- Film poster
- Directed by: Tōya Satō
- Written by: Nobuyuki Fukumoto; Junya Yamazaki; Sachiko Ōguchi;
- Based on: Tobaku Hakairoku Kaiji by Nobuyuki Fukumoto
- Produced by: Seiji Okuda; Osamu Kamikura; Toshio Nakatani; Hiroshi Miyazaki;
- Starring: Tatsuya Fujiwara; Yūsuke Iseya; Yuriko Yoshitaka; Katsuhisa Namase; Teruyuki Kagawa;
- Cinematography: Osamu Fujiishi
- Edited by: Mototaka Kusakabe
- Music by: Yugo Kanno
- Production company: AX-ON
- Distributed by: Toho
- Release date: November 5, 2011;
- Running time: 133 minutes
- Country: Japan
- Language: Japanese
- Box office: $21 million

= Kaiji 2 =

2011 live action adaptation of the Kaiji manga

Kaiji 2 (カイジ2 人生奪回ゲーム, Kaiji 2 Jinsei Dakkai Gēmu) is a 2011 Japanese live-action film based on Tobaku Hakairoku Kaiji, the second part of the manga series Kaiji by Nobuyuki Fukumoto. It is the second installment of the Kaiji film series directed by Tōya Satō, and premiered in Japan on November 5, 2011. It was followed by Kaiji: Final Game, released in 2020.

==Plot==
Set one year after Kaiji Itō's victory against the Teiai Group. Despite his earlier success, Kaiji has returned to poverty and is forced back into labor to repay his debts. With the help of allies, he re-enters the world of high-stakes gambling, aiming to win ¥200 million within two weeks to secure freedom for himself and others enslaved by Teiai's debt system.
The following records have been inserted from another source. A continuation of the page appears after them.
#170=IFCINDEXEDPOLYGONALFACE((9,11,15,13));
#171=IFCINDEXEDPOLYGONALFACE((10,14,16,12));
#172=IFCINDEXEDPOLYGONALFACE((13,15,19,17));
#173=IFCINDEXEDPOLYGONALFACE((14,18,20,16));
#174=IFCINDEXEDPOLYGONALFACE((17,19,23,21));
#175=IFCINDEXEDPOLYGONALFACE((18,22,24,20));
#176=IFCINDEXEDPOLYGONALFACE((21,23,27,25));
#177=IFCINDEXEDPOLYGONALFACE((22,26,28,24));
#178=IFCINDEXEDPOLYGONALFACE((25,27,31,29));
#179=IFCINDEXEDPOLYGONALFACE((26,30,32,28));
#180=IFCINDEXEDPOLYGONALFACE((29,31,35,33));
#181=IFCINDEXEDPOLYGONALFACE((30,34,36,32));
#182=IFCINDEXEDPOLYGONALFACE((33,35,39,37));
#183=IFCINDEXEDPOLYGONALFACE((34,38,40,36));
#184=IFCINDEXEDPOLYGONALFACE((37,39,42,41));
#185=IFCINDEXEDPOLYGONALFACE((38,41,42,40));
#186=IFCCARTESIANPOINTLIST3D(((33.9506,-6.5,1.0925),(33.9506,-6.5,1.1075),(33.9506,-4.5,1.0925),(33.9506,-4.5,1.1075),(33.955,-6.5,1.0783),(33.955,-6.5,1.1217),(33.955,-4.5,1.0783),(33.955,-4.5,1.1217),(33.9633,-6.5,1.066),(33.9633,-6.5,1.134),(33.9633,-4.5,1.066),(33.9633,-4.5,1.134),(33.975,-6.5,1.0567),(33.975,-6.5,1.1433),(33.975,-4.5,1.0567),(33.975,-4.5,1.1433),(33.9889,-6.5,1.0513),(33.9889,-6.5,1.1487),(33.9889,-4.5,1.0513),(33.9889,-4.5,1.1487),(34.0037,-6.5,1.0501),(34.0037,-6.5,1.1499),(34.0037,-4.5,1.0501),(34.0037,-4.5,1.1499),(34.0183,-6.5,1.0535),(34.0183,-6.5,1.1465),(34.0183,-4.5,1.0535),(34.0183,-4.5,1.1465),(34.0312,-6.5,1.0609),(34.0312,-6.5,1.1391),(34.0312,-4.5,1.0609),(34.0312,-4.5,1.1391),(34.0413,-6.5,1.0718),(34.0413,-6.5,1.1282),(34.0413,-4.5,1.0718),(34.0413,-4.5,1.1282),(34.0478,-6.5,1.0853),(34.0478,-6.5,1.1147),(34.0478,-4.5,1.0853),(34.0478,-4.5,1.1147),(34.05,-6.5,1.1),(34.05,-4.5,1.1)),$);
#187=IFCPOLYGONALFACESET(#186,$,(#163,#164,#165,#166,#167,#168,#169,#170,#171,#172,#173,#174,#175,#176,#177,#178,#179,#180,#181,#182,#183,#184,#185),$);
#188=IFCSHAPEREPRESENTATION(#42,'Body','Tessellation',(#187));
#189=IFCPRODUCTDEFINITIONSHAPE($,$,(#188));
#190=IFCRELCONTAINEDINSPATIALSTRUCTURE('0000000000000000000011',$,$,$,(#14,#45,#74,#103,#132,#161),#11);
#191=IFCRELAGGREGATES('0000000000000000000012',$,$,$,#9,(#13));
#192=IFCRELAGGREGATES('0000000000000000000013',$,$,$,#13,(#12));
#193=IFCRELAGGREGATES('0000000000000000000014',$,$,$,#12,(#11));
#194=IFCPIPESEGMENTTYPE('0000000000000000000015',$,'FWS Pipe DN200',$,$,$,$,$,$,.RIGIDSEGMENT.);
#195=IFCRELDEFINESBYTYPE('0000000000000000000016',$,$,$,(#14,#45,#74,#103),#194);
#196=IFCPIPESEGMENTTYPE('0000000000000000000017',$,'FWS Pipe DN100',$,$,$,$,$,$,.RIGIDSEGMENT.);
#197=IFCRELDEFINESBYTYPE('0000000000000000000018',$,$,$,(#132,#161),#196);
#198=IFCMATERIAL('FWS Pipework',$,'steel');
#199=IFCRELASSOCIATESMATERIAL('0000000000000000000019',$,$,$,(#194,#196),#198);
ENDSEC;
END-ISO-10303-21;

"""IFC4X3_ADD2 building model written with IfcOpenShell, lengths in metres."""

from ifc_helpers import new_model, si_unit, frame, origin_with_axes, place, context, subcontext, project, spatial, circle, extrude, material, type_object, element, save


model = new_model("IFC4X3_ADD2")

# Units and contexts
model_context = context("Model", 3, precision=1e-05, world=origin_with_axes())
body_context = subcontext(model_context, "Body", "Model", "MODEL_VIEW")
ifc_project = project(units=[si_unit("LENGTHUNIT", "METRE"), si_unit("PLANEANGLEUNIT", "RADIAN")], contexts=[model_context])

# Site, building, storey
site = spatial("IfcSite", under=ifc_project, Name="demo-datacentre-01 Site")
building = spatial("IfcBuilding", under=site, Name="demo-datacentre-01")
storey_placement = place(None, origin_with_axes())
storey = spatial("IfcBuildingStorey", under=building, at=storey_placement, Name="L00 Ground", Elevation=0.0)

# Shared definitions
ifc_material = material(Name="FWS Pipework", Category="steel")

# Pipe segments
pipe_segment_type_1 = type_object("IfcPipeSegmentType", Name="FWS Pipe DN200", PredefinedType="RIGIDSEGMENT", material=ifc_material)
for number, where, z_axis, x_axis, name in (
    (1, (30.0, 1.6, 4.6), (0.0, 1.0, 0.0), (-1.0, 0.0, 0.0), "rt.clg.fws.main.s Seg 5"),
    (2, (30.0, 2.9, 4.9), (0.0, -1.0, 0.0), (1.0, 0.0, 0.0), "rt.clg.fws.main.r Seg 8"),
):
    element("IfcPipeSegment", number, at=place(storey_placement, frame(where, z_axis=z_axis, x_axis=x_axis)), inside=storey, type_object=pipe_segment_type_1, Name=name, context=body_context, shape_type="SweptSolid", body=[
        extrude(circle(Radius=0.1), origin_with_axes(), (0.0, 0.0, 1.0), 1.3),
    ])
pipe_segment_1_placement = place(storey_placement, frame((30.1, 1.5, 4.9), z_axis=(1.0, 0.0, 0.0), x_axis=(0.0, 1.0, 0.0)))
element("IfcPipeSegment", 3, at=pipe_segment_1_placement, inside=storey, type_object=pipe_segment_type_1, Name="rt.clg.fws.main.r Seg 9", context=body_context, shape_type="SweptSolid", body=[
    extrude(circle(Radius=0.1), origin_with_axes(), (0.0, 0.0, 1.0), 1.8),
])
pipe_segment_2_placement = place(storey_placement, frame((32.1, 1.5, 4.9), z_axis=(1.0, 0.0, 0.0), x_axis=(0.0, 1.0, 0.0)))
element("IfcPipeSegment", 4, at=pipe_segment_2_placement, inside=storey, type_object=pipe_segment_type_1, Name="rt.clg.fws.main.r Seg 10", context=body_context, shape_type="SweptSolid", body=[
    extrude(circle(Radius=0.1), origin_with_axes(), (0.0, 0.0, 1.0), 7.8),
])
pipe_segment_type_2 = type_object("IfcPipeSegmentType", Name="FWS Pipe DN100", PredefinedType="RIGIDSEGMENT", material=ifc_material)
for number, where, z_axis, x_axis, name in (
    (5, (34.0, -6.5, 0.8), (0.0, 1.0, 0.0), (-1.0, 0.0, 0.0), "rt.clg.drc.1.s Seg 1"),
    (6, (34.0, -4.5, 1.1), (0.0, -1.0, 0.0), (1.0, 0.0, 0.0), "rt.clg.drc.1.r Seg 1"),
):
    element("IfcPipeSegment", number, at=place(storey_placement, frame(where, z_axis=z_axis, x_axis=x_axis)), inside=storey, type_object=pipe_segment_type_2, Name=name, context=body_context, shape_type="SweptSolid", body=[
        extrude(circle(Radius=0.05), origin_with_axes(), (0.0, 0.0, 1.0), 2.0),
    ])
The contests include Chinchirorin, a traditional dice game with variable rewards; the Princess and the Slave, a life-or-death game requiring strategic door selection; and the Swamp, an elaborate pachinko machine with nearly impossible odds. Kaiji confronts Seiya Ichijō, the orchestrator of the Swamp, in a final bid to escape his relentless cycle of debt and subjugation.

==Cast==
- Tatsuya Fujiwara as Kaiji Itō
- Yūsuke Iseya as Seiya Ichijō
- Yuriko Yoshitaka as Hiromi Ishida
- Katsuhisa Namase as Kōtarō Sakazaki
- Teruyuki Kagawa as Yukio Tonegawa
- Suzuki Matsuo as Taro Ōtsuki
- Hayato Kakizawa as Murakami
- Ken Mitsuishi as Kōji Ishida
- Tarō Yamamoto as Jōji Funai
- Kyūsaku Shimada as Yoshihiro Kurosaki

==Soundtrack==
Yugo Kanno composed the music for the film. The original score was released on November 2, 2011.

==Release==
Kaiji 2 was announced in November 2009. Kaiji 2 was theatrically released on November 5, 2011, in Japan. It was released on Blu-ray and DVD on April 25, 2012.

The film was screened at the anime convention AM² in Anaheim, California in June 2012.

==Reception==
===Box office===
Kaiji 2 was Japan's nineteenth highest-grossing film of 2011, earning at the box office that year. The film also grossed $68,175 overseas in Singapore.

===Critical reception===
Maggie Lee of The Hollywood Reporter criticized the film for its lack of tension and shallow characters, noting that despite the cast's heightened performances, their roles remained "cardboard". She found the betrayals predictable, especially for fans of survival-game stories like Liar Game or The Incite Mill, writing that the shifting alliances no longer surprise. Still, she praised the film's energetic camerawork and sound design, calling it a "geeky but still entertaining sequel to the crowd-pleasing "gambling" genre."